Of course, this parsing code only works for a tiny subset of the C language. It can't:

  1. Have more than one statement in its body.
  2. Have a statement other than return.
  3. Have an empty return statement.
  4. Have a return type or argument types other than int.
  5. Parse an expression that isn't a + binary operations with argument references as its two terms.

However, it's not a complete sham and does have a bit of leeway:

  1. It checks that the identifiers in the expression are correct. When they're not, the code is going to raise an error instead of generating the wrong code.
  2. The function can have more than two arguments. You can't use them in the expression, but the return handler will still properly consume those arguments from PS.
  3. The function can have any name.
  4. b + a will work too.

But what is more important is that we can already see how we'd go around improving the compiler.

We'd want to use a third argument in the expression? Add displacement support to the assembler (to allow references like [esi+4]) and conditionally use this capability in parseExpression.

We'd want support for constant numbers? Try parse ( str -- n f ) on the token and if it succeeds, conditionally use the addri, variant using that number instead of addr[],.

We want to support -? Instead of expecting a "+" token, add a condition that maps + to add and - to sub. This of course requires an improved assembler.

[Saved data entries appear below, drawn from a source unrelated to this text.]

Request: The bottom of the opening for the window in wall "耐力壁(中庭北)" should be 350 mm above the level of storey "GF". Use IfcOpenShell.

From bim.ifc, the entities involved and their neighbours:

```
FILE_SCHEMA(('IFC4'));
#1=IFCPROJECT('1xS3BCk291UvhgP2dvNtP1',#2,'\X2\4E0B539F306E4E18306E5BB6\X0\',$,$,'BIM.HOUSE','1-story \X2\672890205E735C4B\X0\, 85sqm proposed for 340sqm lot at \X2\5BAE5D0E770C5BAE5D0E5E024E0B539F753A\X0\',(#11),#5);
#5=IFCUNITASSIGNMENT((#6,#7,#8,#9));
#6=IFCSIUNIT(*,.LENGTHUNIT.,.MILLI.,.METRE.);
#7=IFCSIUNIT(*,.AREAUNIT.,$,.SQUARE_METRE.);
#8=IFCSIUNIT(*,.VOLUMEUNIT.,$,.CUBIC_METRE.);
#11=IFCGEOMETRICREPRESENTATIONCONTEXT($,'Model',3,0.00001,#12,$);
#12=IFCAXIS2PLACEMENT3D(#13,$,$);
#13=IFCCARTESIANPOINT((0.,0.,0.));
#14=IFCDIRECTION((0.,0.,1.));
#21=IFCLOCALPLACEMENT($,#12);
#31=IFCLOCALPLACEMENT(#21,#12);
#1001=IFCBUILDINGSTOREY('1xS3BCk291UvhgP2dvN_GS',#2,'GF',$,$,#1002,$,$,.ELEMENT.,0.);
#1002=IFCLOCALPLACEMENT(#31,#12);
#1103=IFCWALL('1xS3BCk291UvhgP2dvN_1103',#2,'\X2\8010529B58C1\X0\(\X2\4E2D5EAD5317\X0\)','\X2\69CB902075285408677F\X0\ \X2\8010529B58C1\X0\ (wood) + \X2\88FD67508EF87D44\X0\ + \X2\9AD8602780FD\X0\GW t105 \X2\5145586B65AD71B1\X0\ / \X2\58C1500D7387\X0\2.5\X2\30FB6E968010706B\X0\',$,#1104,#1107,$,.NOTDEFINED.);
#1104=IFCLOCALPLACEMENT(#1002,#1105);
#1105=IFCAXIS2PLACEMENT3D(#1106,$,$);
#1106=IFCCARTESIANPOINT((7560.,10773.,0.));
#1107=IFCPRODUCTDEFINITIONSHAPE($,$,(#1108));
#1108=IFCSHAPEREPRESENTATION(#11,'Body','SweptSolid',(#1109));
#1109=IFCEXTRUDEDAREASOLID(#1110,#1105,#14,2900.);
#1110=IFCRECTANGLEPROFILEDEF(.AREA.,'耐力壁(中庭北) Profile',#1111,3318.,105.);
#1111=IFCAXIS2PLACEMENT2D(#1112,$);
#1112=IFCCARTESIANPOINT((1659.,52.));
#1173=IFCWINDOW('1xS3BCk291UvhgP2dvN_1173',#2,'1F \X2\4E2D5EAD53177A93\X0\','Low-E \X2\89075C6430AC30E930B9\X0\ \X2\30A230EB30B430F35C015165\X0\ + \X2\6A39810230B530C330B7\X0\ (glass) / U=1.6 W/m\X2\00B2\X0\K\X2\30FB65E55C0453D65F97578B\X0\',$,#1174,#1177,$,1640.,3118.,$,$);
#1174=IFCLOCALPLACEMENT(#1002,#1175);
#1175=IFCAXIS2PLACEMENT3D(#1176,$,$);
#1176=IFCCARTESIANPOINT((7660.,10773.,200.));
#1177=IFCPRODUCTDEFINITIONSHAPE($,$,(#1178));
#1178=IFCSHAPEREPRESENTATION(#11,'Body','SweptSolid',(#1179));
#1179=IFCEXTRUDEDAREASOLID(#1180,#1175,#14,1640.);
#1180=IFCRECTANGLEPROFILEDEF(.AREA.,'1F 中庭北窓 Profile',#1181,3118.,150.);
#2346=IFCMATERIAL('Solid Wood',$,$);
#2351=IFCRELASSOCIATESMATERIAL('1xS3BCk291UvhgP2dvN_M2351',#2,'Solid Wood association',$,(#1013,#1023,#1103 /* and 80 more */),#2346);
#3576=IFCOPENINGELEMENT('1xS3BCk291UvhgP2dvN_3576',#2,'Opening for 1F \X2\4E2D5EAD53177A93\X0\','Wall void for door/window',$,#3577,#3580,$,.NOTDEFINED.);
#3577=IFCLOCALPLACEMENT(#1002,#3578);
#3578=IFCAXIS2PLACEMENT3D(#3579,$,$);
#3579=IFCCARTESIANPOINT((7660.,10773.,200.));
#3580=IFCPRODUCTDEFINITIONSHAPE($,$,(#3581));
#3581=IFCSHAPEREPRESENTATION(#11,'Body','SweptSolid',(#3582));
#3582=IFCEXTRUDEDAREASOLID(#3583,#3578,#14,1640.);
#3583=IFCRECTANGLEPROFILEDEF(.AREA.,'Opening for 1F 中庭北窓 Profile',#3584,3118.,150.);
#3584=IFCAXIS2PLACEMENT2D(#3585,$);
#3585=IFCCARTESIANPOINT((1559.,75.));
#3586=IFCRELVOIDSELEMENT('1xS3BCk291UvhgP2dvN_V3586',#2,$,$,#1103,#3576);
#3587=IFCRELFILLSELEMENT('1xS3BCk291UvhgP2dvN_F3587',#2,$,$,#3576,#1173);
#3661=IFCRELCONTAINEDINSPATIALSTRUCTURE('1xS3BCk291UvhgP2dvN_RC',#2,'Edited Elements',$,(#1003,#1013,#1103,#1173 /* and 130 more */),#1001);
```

```python
import numpy as np
import ifcopenshell
import ifcopenshell.api.geometry
import ifcopenshell.geom
import ifcopenshell.util.element
import ifcopenshell.util.placement
import ifcopenshell.util.shape
import ifcopenshell.util.unit

model = ifcopenshell.open("bim.ifc")
unit_scale = ifcopenshell.util.unit.calculate_unit_scale(model)

window = model.by_id(1173)
opening = window.FillsVoids[0].RelatingOpeningElement
storey = ifcopenshell.util.element.get_container(window, ifc_class="IfcBuildingStorey")
level = ifcopenshell.util.placement.get_local_placement(storey.ObjectPlacement)[2, 3]

# The opening's origin need not be at the sill, so measure its lowest point.
shape = ifcopenshell.geom.create_shape(ifcopenshell.geom.settings(), opening)
bottom = ifcopenshell.util.shape.get_shape_bottom_elevation(shape, shape.geometry) / unit_scale
dz = level + 350.0 - bottom

shift = np.array([0.0, 0.0, dz])
# The window is not placed relative to its opening, so move both.
for product in (opening, window):
    matrix = ifcopenshell.util.placement.get_local_placement(product.ObjectPlacement)
    matrix[:3, 3] += shift
    ifcopenshell.api.geometry.edit_object_placement(model, product=product, matrix=matrix, is_si=False)

print(f"moved by {dz * unit_scale:+.3f} m")

model.write("bim_updated.ifc")
```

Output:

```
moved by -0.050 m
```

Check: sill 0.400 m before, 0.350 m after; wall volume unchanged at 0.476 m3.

... and so on. But these improvements and the ones that follow are deep subjects and need separate story arcs.

Conclusion

We've reached the end of this story arc by answering the initial question, that is, how can this simple piece of C code be compiled and ran? We've also managed to generate code that's faster than GCC's or clang's because we're freed from UNIX's wasteful calling conventions. We also manage to answer the "running" part of the question by using a system that is so much simpler than UNIX that it becomes "just call the address!".

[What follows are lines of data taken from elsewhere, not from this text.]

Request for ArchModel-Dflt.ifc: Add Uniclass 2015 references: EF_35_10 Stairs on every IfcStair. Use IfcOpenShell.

First a look at what the model holds.

```python
import ifcopenshell

model = ifcopenshell.open("ArchModel-Dflt.ifc")
print(model.schema)
print("classifications:", [c.Name for c in model.by_type("IfcClassification")])
for ifc_class in ("IfcDoor", "IfcRoof", "IfcStair", "IfcWall", "IfcWindow"):
    print(ifc_class, len(model.by_type(ifc_class)))
```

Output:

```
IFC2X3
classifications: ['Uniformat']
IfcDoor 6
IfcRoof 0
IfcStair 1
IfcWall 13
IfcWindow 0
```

```python
import ifcopenshell
import ifcopenshell.api.classification

model = ifcopenshell.open("ArchModel-Dflt.ifc")

# IFC2X3 requires Source and Edition and has no link from the project to the system.
system = model.create_entity("IfcClassification", Source="NBS", Edition="2015", Name="Uniclass 2015")

codes = {
    "IfcStair": ("EF_35_10", "Stairs"),
}
for ifc_class, (code, name) in codes.items():
    products = model.by_type(ifc_class)
    ifcopenshell.api.classification.add_reference(
        model, products=products, classification=system, identification=code, name=name
    )
    print(code, len(products))

model.write("ArchModel-Dflt_v2.ifc")
```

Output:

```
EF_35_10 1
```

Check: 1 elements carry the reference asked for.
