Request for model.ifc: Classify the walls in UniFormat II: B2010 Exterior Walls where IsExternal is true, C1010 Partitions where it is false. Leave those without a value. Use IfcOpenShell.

First a look at what the model holds.

```python
import ifcopenshell
import ifcopenshell.util.element

model = ifcopenshell.open("model.ifc")
print(model.schema)
print("classifications:", [c.Name for c in model.by_type("IfcClassification")])
values = [ifcopenshell.util.element.get_pset(e, "Pset_WallCommon", "IsExternal") for e in model.by_type("IfcWall")]
for value in (True, False, None):
    print("IsExternal", value, values.count(value))
```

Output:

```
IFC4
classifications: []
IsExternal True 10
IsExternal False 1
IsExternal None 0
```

```python
import ifcopenshell
import ifcopenshell.api.classification
import ifcopenshell.util.element

model = ifcopenshell.open("model.ifc")

system = ifcopenshell.api.classification.add_classification(model, classification="UniFormat II")

walls = model.by_type("IfcWall")
external = {e: ifcopenshell.util.element.get_pset(e, "Pset_WallCommon", "IsExternal") for e in walls}
for flag, code, name in ((True, "B2010", "Exterior Walls"), (False, "C1010", "Partitions")):
    products = [e for e in walls if external[e] is flag]
    ifcopenshell.api.classification.add_reference(
        model, products=products, classification=system, identification=code, name=name
    )
    print(code, len(products))

model.write("model_v2.ifc")
```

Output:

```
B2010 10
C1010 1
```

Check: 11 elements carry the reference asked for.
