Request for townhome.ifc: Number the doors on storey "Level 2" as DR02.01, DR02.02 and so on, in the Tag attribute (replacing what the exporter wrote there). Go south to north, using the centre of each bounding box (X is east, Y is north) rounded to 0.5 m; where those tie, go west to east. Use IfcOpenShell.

First a look at what the model holds.

```python
import ifcopenshell
import ifcopenshell.util.element
import ifcopenshell.util.placement

model = ifcopenshell.open("townhome.ifc")
print(model.schema)
storey = next(s for s in model.by_type("IfcBuildingStorey") if s.Name == "Level 2")
doors = [e for e in ifcopenshell.util.element.get_decomposition(storey) if e.is_a("IfcDoor")]
for e in sorted(doors, key=lambda e: e.id()):
    origin = ifcopenshell.util.placement.get_local_placement(e.ObjectPlacement)[:3, 3]
    print(e.id(), e.Tag, e.Name, origin.round(2) + 0.0, sep=" | ")
```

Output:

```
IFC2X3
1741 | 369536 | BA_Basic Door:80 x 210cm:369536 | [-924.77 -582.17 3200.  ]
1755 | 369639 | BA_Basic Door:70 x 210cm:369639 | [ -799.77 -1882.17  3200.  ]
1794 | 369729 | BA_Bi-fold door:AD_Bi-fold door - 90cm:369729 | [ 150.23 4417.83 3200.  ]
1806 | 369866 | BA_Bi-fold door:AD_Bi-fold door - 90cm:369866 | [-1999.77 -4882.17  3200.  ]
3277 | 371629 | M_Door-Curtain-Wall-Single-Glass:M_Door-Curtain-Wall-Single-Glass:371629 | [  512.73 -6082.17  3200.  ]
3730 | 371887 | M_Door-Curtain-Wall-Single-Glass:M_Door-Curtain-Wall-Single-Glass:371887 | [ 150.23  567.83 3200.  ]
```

```python
import ifcopenshell
import ifcopenshell.geom
import ifcopenshell.util.element
import ifcopenshell.util.shape

model = ifcopenshell.open("townhome.ifc")
settings = ifcopenshell.geom.settings()
settings.set("use-world-coords", True)


def centre(element):
    shape = ifcopenshell.geom.create_shape(settings, element)
    return ifcopenshell.util.shape.get_bbox_centroid(shape.geometry)


storey = next(s for s in model.by_type("IfcBuildingStorey") if s.Name == "Level 2")
doors = [e for e in ifcopenshell.util.element.get_decomposition(storey) if e.is_a("IfcDoor")]

# Insertion points can sit at a corner or the storey origin, so sort by the geometry (in metres).
centres = {e: centre(e) for e in doors}
doors.sort(key=lambda e: (round(centres[e][1] / 0.5), centres[e][0]))

for i, e in enumerate(doors, start=1):
    number = f"DR02.{i:02d}"
    e.Tag = number
    print(e.id(), number)

model.write("townhome_v2.ifc")
```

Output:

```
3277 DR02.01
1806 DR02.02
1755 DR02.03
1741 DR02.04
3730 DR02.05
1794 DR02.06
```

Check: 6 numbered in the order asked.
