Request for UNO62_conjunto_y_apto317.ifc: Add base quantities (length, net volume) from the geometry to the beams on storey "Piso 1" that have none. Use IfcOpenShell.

First a look at what the model holds.

```python
import ifcopenshell
import ifcopenshell.util.element
import ifcopenshell.util.unit

model = ifcopenshell.open("UNO62_conjunto_y_apto317.ifc")
print(model.schema)
for unit_type in ("LENGTHUNIT", "AREAUNIT", "VOLUMEUNIT"):
    print(unit_type, ifcopenshell.util.unit.calculate_unit_scale(model, unit_type))
storey = next(s for s in model.by_type("IfcBuildingStorey") if s.Name == "Piso 1")
beams = [e for e in ifcopenshell.util.element.get_decomposition(storey) if e.is_a("IfcBeam")]
for e in sorted(beams, key=lambda e: e.id()):
    print(e.id(), e.is_a(), e.Name, list(ifcopenshell.util.element.get_psets(e, qtos_only=True)), sep=" | ")
```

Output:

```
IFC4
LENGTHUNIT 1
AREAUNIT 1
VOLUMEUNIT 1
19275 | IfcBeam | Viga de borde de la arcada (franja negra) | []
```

```python
import ifcopenshell
import ifcopenshell.api.pset
import ifcopenshell.geom
import ifcopenshell.util.element
import ifcopenshell.util.shape
import ifcopenshell.util.unit

model = ifcopenshell.open("UNO62_conjunto_y_apto317.ifc")
unit_scale = ifcopenshell.util.unit.calculate_unit_scale(model)
volume_scale = ifcopenshell.util.unit.calculate_unit_scale(model, "VOLUMEUNIT")
settings = ifcopenshell.geom.settings()

storey = next(s for s in model.by_type("IfcBuildingStorey") if s.Name == "Piso 1")
beams = [e for e in ifcopenshell.util.element.get_decomposition(storey) if e.is_a("IfcBeam")]

for e in sorted(beams, key=lambda e: e.id()):
    if ifcopenshell.util.element.get_psets(e, qtos_only=True, should_inherit=False):
        continue
    # Geometry comes back in metres, in the element's own axes.
    shape = ifcopenshell.geom.create_shape(settings, e)
    values = {
        "Length": ifcopenshell.util.shape.get_max_xyz(shape.geometry) / unit_scale,
        "NetVolume": ifcopenshell.util.shape.get_volume(shape.geometry) / volume_scale,
    }
    qto = ifcopenshell.api.pset.add_qto(model, product=e, name="Qto_BeamBaseQuantities")
    ifcopenshell.api.pset.edit_qto(model, qto=qto, properties=values)
    print(e.id(), {k: round(v, 3) for k, v in values.items()})

model.write("UNO62_conjunto_y_apto317_updated.ifc")
```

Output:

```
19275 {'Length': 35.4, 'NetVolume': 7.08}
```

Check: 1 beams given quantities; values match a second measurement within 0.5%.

Of course, the challenge of keeping up with modern C compilers in terms of performance quickly becomes much harder as the compiled code becomes larger, but isn't it refreshing to see that, at the heart of it, the task of compiling C code in a sound manner isn't impossibly complex?

I hope that this pilot story arc helped you to demystify the subjects of low level computing, assembly and compilation and motivated you to dig these subjects further, which we'll do in further story arcs.


  1. Some compilers, most even, have separate steps for parsing and code generation, using an Abstract Syntax Tree representation of the code in between. We don't (DuskCC doesn't either). We generate code directly as we parse. It comes with a few drawbacks, but results in a much simpler code.